本日は、Eosシリーズの舞台照明卓を使っているすべての方に向けて、特にムービングライトやLED機材の操作に欠かせない「マーク(Mark)」機能について、分かりやすくご紹介します!


■ そもそも「マーク(Mark)」ってなに?

マークとは、ムービングライトやLEDなどの“可変パラメーター”(Pan・Tilt・Colorなど)を、次のCueで使う前に見えないタイミングで準備しておく操作のことです。

たとえば、次のキューで「スポットが移動して色も変わる」という演出があるとき──
マークを使えば、光が出ていない間に位置や色を事前に仕込んでおくことができ、Cue再生時にスムーズに演出が始まります。


■ なぜマークが重要なのか?

舞台照明において、ムービングライトがステージ上で動きながら登場したり、色が急に変わったりするのは、照明の演出として不自然で“事故”に見えることがあります

✅ マークを活用すると:

  • 観客に気づかれずに仕込みができる
  • 照明の出現がシームレスで美しい
  • 演出全体の「プロ感」が格段にアップ

特に演劇やミュージカルでは、「見えない仕込み」が演出の完成度に直結します。


■ Eos卓でのMarkの設定方法(基本編)

🎛 オートマーク(Auto-Mark)を有効にする方法

  1. [Setup][Cue Settings]{Auto-Mark} を【On】に設定
  2. 次のCueで使われるパラメーターが含まれていれば、自動で前のCueでマークされるようになります
  3. 【インテンシティ0のCue(=光が出ていない)】で準備されます

■ 手動でMarkを設定する方法

自動Markに頼らず、任意のCueでマークさせたい場合:

[Blind] [Cue] [5] {Mark} [Cue] [10]

➡ Cue 5 で、Cue 10 の内容(可変パラメーター)を先に準備する、という命令です。

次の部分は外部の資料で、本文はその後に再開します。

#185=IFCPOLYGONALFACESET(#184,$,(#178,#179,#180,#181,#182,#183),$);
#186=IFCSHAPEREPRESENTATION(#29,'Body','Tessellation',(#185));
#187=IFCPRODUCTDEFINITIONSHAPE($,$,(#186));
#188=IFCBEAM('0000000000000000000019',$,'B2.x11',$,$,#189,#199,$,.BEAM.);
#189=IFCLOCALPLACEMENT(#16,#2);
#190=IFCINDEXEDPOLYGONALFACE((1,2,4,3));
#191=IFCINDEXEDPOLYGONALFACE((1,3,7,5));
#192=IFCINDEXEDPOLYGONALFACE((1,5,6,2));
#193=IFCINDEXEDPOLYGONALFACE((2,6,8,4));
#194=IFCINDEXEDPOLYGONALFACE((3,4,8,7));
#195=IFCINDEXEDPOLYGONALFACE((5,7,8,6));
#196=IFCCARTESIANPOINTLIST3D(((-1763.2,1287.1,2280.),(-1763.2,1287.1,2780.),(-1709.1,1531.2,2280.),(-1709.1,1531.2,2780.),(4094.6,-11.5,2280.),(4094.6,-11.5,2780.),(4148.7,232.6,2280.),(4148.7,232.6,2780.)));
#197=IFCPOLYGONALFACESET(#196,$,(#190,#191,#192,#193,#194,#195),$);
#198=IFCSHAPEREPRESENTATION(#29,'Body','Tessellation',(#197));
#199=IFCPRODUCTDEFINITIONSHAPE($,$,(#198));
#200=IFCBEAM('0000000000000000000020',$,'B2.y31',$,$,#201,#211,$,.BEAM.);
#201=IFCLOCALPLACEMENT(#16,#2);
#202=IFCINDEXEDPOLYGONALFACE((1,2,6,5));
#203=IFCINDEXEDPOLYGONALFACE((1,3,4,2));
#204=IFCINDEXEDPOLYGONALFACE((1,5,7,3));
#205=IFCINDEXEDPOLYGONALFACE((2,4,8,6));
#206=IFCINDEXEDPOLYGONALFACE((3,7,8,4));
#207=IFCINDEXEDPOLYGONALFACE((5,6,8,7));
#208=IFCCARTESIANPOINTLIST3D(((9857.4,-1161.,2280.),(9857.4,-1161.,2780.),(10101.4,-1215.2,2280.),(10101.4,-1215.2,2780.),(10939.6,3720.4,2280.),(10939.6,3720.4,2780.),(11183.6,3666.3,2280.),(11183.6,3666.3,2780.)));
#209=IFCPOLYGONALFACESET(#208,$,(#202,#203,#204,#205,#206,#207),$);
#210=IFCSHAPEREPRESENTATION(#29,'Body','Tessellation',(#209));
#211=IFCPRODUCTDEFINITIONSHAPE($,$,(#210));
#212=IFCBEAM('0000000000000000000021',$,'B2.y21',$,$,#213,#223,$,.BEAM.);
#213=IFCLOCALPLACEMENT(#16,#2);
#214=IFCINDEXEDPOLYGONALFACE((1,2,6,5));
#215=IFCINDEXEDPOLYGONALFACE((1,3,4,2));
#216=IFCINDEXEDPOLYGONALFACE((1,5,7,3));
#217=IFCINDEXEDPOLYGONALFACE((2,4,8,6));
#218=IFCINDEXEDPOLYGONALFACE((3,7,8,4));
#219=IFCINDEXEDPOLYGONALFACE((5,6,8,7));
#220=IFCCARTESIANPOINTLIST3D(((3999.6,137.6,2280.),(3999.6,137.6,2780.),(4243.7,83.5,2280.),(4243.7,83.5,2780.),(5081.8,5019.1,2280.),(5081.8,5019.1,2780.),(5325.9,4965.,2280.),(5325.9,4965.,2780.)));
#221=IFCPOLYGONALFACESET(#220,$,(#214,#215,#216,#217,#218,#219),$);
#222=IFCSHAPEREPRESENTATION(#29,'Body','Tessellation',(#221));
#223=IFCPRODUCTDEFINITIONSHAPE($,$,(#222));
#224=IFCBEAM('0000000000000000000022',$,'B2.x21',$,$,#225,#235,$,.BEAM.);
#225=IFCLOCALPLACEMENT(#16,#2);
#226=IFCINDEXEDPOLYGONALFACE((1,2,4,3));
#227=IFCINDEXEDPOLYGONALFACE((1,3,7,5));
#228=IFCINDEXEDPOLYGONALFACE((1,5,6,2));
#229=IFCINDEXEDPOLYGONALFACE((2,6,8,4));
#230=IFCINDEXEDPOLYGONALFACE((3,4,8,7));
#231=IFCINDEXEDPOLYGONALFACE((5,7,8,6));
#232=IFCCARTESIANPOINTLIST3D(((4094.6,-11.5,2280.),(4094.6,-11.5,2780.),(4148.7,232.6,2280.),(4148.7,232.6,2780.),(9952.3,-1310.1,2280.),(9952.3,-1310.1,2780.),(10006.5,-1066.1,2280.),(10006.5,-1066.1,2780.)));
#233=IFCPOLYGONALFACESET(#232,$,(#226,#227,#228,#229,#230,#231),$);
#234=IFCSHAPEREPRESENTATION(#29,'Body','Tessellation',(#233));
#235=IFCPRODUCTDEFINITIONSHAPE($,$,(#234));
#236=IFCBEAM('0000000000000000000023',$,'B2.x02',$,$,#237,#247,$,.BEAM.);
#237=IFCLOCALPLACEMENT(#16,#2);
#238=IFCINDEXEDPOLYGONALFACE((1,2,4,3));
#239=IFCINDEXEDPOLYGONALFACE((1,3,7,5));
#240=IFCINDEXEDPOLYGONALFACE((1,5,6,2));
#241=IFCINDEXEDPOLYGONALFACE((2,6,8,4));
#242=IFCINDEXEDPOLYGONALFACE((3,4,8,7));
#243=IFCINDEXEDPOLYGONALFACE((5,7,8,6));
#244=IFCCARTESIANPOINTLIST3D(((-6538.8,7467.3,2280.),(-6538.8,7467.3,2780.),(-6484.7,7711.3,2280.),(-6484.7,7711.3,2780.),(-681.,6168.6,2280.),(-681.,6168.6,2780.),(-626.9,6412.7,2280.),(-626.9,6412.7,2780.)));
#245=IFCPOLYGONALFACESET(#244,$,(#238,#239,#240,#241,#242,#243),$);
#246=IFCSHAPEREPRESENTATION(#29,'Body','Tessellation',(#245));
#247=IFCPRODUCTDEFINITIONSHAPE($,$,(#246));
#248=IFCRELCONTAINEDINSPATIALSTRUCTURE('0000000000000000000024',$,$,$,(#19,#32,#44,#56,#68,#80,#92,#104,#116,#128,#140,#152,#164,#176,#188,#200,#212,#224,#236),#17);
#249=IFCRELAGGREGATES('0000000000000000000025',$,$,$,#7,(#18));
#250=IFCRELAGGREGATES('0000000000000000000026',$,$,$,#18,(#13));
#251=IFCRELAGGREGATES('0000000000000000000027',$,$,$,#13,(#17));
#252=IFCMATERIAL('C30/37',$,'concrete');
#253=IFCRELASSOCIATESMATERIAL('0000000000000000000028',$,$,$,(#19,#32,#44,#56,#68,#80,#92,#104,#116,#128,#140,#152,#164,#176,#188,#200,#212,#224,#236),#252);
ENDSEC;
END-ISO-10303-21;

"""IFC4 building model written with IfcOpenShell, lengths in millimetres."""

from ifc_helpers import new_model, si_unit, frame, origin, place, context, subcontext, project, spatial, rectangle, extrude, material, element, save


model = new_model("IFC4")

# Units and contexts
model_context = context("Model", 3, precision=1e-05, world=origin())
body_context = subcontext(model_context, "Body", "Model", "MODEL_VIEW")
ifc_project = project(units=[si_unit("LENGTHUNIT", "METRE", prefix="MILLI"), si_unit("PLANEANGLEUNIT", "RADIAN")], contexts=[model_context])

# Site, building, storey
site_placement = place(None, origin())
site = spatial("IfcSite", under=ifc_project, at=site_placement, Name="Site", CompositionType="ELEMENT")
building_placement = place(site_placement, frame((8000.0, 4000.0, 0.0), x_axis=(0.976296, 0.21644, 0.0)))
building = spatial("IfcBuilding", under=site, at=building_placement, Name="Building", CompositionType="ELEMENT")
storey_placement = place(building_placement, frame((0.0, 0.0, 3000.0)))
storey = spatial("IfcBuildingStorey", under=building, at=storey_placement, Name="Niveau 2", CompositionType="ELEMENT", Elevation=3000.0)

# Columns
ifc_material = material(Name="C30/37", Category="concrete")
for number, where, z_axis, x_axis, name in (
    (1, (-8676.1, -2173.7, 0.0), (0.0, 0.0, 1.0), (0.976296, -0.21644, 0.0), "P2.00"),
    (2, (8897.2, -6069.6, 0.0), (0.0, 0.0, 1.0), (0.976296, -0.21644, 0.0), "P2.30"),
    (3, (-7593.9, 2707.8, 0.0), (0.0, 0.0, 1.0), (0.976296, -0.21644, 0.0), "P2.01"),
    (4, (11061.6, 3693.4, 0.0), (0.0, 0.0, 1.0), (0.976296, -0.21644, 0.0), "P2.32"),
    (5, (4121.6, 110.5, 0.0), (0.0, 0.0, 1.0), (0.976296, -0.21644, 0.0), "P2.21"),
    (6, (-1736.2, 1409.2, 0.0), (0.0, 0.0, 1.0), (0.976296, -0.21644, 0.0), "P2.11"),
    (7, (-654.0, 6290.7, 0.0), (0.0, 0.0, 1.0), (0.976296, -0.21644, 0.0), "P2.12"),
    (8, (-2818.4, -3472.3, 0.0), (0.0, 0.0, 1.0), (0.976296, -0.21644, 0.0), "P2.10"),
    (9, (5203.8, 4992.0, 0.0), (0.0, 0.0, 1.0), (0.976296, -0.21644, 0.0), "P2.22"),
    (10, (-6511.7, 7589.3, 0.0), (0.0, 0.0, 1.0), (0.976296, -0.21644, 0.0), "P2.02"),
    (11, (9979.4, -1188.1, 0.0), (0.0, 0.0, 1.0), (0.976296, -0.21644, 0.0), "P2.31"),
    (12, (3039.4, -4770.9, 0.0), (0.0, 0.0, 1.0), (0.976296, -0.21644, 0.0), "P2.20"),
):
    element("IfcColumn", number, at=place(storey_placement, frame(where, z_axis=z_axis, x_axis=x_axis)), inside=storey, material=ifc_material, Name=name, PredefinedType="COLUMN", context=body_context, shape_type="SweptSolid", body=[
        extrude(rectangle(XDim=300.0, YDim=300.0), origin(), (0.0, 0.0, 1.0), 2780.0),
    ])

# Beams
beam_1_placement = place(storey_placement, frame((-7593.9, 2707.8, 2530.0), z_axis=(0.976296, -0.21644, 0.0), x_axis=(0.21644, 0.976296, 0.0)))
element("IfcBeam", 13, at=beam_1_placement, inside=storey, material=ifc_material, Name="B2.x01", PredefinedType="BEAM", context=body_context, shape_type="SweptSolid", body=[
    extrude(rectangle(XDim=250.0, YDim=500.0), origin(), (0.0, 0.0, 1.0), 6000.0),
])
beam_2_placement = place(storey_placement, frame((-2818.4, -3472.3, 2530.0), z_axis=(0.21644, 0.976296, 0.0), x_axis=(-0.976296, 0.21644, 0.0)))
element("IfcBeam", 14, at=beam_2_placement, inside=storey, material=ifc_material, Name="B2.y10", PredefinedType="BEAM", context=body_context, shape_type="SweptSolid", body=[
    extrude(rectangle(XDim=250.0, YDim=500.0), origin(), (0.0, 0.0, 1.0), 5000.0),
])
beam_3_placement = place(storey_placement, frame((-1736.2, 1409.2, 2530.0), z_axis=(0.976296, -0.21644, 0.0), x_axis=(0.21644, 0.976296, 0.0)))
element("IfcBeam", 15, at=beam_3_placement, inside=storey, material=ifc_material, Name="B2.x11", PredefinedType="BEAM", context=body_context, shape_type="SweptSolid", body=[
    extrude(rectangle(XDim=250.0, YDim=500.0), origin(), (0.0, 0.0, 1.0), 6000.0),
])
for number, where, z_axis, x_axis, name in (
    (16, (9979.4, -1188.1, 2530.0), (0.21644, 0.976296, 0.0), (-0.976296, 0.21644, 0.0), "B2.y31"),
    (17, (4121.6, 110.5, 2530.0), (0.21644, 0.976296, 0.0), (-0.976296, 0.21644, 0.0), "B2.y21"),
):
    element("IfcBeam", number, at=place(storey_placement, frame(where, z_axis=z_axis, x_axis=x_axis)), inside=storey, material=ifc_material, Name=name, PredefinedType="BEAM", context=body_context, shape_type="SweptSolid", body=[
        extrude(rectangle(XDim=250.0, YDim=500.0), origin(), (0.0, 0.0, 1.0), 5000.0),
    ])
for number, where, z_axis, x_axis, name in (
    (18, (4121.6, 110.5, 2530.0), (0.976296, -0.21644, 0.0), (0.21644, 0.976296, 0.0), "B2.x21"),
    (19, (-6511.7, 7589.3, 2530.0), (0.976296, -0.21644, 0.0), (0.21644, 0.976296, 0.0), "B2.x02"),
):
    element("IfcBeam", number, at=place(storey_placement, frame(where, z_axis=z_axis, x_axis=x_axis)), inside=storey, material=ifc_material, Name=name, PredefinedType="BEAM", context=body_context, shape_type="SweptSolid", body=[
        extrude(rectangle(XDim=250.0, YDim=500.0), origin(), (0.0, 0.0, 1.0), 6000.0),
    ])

**「マークさせるCue」と「準備対象となるCue」**を明示的に指定できるため、演出意図に応じた自由度の高い設計が可能です。


■ ✅ Auto-Mark vs 手動Mark:長所・短所比較

機能長所短所向いている場面
Auto-Mark– 自動でマークされる
– 時短・省力化
直前のCueのみで準備される
– 複数先を見据えたマークには非対応
シンプルなCue構造、短めの演出
手動Mark– 複数先のCueでも自由に指定できる
– 完全制御が可能
– 書き忘れのリスクあり
– Cue数が多いと管理がやや複雑
複雑な場面展開、長尺の演出

🔔 **Auto-Markは便利ですが「直前のCueでしか準備されない」**という制限があります。
複数のキューをまたいで同じライトを使う演出や、一度消えたあとに次々と別のCueで再登場するような場面では、手動Markが確実です。


■ よくあるトラブルと解決策

トラブル原因・対策
Cue再生時に位置や色が間に合わない→ Markが無効、またはAuto-Markの対象から外れている
マークされたと思ったら動かなかった→ インテンシティが0でないCueにマークされていない可能性
Auto-Markが効かない→ 対象Cueが特殊な構造か、設定ミス
マークを止めたい→ Cueの[Mark]を「Disallow」に設定する

■ デザイン面での活用ポイント

  • 演劇:暗転中に静かに仕込むことで、人物や舞台装置と連携した自然な明かり転換が可能に
  • ミュージカル:**セリフや音楽のテンポに合わせた“光の伏線”**が作れる
  • ライブ・コンサート:あえてマークせず、動きのある照明演出も効果的

マークは「絶対にすべき」ではなく、演出意図によって“する・しない”を使い分けるのが上級者の技です!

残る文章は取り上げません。